* _Exercise aim_
When you reach the line in the data below that contains "FILE_NAME('','',(''),(''),'','','');", please start repeating lines exactly, and stop after the line that contains "#26=IFCINDEXEDPOLYGONALFACE((5,7,8,6));", repeating nothing else.

* _Provided information_

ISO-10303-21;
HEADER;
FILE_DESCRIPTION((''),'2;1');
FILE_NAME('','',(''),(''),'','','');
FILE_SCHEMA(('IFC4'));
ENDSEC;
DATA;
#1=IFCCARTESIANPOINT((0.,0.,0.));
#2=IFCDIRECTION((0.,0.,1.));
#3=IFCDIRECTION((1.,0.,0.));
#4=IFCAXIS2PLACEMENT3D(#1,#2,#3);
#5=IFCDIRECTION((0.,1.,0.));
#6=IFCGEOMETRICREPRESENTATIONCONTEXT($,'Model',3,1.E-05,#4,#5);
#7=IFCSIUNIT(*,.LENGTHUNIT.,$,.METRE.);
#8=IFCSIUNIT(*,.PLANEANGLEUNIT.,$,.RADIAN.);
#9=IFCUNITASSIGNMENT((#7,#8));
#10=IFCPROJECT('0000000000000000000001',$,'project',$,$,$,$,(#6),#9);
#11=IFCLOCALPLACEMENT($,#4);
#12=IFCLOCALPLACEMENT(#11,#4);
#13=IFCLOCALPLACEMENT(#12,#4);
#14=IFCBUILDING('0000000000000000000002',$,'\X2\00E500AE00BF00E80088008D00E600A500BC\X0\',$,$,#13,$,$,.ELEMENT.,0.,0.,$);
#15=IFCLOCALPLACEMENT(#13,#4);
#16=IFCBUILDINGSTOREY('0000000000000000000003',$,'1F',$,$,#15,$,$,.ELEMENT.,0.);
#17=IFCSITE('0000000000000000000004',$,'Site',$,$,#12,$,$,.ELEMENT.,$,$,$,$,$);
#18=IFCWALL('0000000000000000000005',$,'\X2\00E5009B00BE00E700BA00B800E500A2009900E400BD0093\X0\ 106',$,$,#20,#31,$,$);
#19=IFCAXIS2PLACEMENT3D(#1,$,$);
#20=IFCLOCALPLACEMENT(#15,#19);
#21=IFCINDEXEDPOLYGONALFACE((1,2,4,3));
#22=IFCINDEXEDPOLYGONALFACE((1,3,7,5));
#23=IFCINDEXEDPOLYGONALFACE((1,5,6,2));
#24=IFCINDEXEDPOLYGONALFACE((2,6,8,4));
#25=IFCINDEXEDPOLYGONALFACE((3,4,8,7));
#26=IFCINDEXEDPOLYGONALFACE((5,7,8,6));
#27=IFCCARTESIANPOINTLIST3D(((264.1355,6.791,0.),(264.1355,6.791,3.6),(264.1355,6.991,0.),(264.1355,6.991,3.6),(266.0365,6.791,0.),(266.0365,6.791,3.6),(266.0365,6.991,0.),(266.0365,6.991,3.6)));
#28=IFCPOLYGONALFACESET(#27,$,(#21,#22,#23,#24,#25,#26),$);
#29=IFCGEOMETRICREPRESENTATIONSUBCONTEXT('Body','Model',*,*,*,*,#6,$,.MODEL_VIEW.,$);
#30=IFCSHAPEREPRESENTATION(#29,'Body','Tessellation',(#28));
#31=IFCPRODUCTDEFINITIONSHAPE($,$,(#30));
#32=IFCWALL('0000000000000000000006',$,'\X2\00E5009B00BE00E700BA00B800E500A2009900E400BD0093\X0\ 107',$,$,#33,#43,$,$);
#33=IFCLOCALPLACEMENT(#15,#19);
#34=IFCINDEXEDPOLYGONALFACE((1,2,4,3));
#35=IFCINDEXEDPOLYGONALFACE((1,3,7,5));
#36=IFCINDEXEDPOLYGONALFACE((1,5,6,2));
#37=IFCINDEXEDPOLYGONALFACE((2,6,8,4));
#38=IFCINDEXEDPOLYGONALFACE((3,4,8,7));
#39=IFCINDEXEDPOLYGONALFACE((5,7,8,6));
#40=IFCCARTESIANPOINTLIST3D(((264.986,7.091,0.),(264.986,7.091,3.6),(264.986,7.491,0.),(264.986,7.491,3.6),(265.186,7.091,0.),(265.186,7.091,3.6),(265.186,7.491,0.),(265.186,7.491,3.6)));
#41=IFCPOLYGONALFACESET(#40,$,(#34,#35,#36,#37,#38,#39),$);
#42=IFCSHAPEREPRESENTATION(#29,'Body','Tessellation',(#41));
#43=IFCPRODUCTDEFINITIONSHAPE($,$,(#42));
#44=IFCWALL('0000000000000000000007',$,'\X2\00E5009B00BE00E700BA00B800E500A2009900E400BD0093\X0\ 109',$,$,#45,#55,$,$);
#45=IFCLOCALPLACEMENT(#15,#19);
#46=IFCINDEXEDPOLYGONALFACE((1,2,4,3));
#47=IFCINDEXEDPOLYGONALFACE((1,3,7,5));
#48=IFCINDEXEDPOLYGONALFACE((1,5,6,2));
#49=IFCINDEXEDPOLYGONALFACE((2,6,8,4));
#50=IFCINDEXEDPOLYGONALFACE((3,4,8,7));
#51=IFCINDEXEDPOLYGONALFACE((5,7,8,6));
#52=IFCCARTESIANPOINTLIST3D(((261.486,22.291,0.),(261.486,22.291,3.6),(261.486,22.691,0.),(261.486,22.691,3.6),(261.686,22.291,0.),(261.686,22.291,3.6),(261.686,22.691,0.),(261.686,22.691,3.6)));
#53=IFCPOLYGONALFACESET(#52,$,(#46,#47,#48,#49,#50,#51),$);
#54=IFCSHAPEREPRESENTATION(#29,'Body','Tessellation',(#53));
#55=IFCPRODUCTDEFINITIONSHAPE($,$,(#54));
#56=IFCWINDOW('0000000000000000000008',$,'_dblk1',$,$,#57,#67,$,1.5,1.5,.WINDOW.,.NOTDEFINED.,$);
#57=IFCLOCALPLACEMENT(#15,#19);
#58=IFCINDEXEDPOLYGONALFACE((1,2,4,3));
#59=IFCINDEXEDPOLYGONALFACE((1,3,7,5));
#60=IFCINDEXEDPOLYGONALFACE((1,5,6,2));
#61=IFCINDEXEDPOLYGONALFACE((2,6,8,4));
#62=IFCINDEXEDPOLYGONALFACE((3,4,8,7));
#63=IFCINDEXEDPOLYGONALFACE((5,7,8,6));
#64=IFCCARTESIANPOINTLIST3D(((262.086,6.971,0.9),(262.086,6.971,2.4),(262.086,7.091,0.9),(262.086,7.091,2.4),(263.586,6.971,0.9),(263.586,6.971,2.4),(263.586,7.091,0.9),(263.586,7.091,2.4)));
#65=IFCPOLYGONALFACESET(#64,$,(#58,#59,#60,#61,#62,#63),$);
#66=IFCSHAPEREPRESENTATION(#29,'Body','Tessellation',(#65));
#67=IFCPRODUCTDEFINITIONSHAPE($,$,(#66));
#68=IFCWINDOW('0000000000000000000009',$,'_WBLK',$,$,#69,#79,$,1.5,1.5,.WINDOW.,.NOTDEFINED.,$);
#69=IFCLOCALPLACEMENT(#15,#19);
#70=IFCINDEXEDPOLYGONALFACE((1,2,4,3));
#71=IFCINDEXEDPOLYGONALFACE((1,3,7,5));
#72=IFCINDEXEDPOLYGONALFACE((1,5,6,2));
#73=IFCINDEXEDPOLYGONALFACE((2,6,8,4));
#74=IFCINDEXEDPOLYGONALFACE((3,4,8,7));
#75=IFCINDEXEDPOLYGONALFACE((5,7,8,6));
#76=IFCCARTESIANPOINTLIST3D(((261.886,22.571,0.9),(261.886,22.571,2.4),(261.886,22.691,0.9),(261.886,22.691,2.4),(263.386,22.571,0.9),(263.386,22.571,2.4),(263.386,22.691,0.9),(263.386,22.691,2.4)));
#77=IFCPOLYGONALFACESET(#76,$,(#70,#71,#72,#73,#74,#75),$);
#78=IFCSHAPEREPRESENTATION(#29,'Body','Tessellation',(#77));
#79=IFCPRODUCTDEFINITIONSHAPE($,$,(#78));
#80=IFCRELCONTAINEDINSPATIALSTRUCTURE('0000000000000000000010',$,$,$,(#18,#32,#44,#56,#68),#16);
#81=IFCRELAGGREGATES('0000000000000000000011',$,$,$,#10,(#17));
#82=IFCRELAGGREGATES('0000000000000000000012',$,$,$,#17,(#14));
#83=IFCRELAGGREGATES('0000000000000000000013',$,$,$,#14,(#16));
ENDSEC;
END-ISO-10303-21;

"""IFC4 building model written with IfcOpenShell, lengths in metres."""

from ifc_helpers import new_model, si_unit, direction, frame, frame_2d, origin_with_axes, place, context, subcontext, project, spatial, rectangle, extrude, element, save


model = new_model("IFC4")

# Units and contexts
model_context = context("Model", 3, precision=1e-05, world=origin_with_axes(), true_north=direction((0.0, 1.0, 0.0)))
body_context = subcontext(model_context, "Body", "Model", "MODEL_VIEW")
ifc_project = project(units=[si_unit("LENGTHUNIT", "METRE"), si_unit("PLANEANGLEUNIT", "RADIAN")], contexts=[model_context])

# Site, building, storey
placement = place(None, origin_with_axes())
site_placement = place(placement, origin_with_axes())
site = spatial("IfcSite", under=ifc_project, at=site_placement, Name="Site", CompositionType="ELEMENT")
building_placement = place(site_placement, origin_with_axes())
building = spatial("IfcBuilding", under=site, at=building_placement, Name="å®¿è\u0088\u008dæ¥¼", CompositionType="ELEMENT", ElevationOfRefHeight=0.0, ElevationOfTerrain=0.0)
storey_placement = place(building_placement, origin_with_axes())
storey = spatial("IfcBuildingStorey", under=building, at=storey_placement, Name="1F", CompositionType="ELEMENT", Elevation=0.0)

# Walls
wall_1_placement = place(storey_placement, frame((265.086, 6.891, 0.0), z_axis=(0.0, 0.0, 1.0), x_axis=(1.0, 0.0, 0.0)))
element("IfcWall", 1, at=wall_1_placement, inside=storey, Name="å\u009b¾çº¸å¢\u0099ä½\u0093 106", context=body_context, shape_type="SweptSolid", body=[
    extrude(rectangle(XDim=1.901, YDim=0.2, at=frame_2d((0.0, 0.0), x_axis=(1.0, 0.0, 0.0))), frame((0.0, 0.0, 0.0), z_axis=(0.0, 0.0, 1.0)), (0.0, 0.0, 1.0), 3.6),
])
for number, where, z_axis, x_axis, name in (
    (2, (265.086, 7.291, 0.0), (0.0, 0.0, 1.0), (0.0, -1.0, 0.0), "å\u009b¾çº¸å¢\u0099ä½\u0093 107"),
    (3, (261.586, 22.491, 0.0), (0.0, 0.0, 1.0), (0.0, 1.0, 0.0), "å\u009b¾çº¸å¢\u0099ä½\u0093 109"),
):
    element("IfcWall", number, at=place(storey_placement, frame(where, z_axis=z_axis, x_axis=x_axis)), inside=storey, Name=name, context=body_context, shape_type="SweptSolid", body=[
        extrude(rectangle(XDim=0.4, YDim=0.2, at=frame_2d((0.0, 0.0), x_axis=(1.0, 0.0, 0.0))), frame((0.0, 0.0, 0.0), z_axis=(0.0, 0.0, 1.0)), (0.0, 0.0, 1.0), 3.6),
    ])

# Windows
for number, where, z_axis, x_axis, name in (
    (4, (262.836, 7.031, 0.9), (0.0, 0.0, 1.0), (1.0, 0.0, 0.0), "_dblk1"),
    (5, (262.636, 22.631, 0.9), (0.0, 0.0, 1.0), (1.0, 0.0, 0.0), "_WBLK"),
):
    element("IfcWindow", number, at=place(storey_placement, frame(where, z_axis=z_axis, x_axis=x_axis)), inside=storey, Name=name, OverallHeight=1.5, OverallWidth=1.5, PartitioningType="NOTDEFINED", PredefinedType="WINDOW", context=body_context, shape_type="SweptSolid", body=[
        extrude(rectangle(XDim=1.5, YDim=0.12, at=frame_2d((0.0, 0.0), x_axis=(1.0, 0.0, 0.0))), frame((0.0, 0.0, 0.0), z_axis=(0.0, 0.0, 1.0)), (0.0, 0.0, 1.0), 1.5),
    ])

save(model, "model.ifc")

* _Completed exercise_
FILE_NAME('','',(''),(''),'','','');
FILE_SCHEMA(('IFC4'));
ENDSEC;
DATA;
#1=IFCCARTESIANPOINT((0.,0.,0.));
#2=IFCDIRECTION((0.,0.,1.));
#3=IFCDIRECTION((1.,0.,0.));
#4=IFCAXIS2PLACEMENT3D(#1,#2,#3);
#5=IFCDIRECTION((0.,1.,0.));
#6=IFCGEOMETRICREPRESENTATIONCONTEXT($,'Model',3,1.E-05,#4,#5);
#7=IFCSIUNIT(*,.LENGTHUNIT.,$,.METRE.);
#8=IFCSIUNIT(*,.PLANEANGLEUNIT.,$,.RADIAN.);
#9=IFCUNITASSIGNMENT((#7,#8));
#10=IFCPROJECT('0000000000000000000001',$,'project',$,$,$,$,(#6),#9);
#11=IFCLOCALPLACEMENT($,#4);
#12=IFCLOCALPLACEMENT(#11,#4);
#13=IFCLOCALPLACEMENT(#12,#4);
#14=IFCBUILDING('0000000000000000000002',$,'\X2\00E500AE00BF00E80088008D00E600A500BC\X0\',$,$,#13,$,$,.ELEMENT.,0.,0.,$);
#15=IFCLOCALPLACEMENT(#13,#4);
#16=IFCBUILDINGSTOREY('0000000000000000000003',$,'1F',$,$,#15,$,$,.ELEMENT.,0.);
#17=IFCSITE('0000000000000000000004',$,'Site',$,$,#12,$,$,.ELEMENT.,$,$,$,$,$);
#18=IFCWALL('0000000000000000000005',$,'\X2\00E5009B00BE00E700BA00B800E500A2009900E400BD0093\X0\ 106',$,$,#20,#31,$,$);
#19=IFCAXIS2PLACEMENT3D(#1,$,$);
#20=IFCLOCALPLACEMENT(#15,#19);
#21=IFCINDEXEDPOLYGONALFACE((1,2,4,3));
#22=IFCINDEXEDPOLYGONALFACE((1,3,7,5));
#23=IFCINDEXEDPOLYGONALFACE((1,5,6,2));
#24=IFCINDEXEDPOLYGONALFACE((2,6,8,4));
#25=IFCINDEXEDPOLYGONALFACE((3,4,8,7));
#26=IFCINDEXEDPOLYGONALFACE((5,7,8,6));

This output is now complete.